* [Goal of the exercise]:
The answer must consist of every line from the data that holds the string "SweptSolid".

Stored items:
- Opening Delimiter -

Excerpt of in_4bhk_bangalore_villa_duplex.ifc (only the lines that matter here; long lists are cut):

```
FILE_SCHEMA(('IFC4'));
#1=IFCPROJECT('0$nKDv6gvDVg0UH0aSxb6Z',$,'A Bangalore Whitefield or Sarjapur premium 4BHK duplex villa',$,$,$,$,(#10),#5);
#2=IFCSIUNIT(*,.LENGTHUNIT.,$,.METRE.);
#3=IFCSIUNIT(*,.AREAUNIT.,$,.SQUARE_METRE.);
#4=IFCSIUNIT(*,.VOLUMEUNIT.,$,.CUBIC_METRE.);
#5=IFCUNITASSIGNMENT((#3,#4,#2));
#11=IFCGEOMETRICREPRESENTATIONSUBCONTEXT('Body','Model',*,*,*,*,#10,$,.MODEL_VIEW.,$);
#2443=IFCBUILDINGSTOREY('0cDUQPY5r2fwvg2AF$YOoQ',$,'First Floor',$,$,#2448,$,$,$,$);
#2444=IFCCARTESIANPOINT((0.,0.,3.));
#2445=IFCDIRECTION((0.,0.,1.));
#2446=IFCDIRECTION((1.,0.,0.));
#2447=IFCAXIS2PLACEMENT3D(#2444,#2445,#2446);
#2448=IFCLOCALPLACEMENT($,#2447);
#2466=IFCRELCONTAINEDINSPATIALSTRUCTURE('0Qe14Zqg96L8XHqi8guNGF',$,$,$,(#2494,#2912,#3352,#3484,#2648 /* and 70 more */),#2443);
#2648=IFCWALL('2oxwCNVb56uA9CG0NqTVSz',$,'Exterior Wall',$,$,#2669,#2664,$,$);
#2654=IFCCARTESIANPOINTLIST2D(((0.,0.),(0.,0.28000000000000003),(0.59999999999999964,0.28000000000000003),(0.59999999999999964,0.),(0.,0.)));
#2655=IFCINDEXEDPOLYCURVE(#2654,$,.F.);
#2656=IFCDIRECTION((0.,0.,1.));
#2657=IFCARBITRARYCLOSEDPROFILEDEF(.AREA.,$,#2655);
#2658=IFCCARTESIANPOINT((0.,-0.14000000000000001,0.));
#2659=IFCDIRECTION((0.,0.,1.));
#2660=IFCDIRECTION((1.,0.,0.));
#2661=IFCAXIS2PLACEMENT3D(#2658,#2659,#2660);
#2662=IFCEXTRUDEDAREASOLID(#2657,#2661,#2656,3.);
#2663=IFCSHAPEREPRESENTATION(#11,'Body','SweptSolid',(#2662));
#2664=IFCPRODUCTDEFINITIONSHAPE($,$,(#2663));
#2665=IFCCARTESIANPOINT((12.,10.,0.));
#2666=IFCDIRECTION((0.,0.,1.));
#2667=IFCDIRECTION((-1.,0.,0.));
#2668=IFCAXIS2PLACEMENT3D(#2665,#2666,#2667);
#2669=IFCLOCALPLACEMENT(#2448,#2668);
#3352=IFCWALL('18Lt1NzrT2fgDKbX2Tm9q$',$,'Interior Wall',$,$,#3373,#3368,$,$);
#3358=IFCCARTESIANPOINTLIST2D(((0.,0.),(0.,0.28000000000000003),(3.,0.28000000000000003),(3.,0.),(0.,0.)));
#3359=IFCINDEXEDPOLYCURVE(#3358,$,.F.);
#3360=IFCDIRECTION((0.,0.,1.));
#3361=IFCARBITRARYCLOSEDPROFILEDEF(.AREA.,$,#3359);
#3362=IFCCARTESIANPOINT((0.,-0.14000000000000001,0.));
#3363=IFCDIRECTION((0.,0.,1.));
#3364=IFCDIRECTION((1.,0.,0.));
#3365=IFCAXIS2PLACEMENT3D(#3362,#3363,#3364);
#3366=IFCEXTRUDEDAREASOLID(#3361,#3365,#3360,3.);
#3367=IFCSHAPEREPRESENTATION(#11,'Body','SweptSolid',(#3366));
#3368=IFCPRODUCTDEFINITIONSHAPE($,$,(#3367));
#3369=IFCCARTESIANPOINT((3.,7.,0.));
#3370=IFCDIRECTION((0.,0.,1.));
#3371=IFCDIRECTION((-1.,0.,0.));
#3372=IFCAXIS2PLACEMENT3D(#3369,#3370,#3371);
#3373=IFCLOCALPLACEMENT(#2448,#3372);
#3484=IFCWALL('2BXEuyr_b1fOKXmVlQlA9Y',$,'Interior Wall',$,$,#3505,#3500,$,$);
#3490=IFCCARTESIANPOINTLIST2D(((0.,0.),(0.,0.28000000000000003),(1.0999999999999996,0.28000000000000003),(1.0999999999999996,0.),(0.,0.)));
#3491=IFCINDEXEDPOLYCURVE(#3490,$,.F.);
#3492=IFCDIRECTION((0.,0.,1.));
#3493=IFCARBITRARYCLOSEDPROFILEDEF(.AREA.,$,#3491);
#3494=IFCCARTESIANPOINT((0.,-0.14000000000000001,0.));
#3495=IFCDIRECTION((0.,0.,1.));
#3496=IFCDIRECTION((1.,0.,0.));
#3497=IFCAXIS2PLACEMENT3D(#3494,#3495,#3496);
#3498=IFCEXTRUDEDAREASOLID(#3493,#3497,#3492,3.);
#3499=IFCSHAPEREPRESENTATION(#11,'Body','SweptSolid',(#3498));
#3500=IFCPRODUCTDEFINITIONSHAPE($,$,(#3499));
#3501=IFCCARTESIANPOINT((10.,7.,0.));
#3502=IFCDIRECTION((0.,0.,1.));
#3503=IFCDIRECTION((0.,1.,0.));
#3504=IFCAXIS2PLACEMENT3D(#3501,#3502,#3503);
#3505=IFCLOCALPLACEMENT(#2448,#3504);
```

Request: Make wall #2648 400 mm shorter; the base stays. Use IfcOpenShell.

```python
import ifcopenshell
import ifcopenshell.geom
import ifcopenshell.util.representation
import ifcopenshell.util.shape

model = ifcopenshell.open("in_4bhk_bangalore_villa_duplex.ifc")
settings = ifcopenshell.geom.settings()


def volume(element):
    """Net volume in cubic metres, openings subtracted."""
    shape = ifcopenshell.geom.create_shape(settings, element)
    return ifcopenshell.util.shape.get_volume(shape.geometry)


wall = model.by_guid("2oxwCNVb56uA9CG0NqTVSz")
before = volume(wall)

body = ifcopenshell.util.representation.get_representation(wall, "Model", "Body")
solid = body.Items[0]
old_height = solid.Depth
solid.Depth -= 0.4
after = volume(wall)

print(f"height {old_height:g} -> {solid.Depth:g}, volume {before:.3f} -> {after:.3f} m3")

model.write("in_4bhk_bangalore_villa_duplex_rev.ifc")
```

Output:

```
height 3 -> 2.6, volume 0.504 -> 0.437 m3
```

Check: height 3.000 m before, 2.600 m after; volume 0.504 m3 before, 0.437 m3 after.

- Closing Delimiter -

* [Answer to the problem]:
#2663=IFCSHAPEREPRESENTATION(#11,'Body','SweptSolid',(#2662));
#3367=IFCSHAPEREPRESENTATION(#11,'Body','SweptSolid',(#3366));
#3499=IFCSHAPEREPRESENTATION(#11,'Body','SweptSolid',(#3498));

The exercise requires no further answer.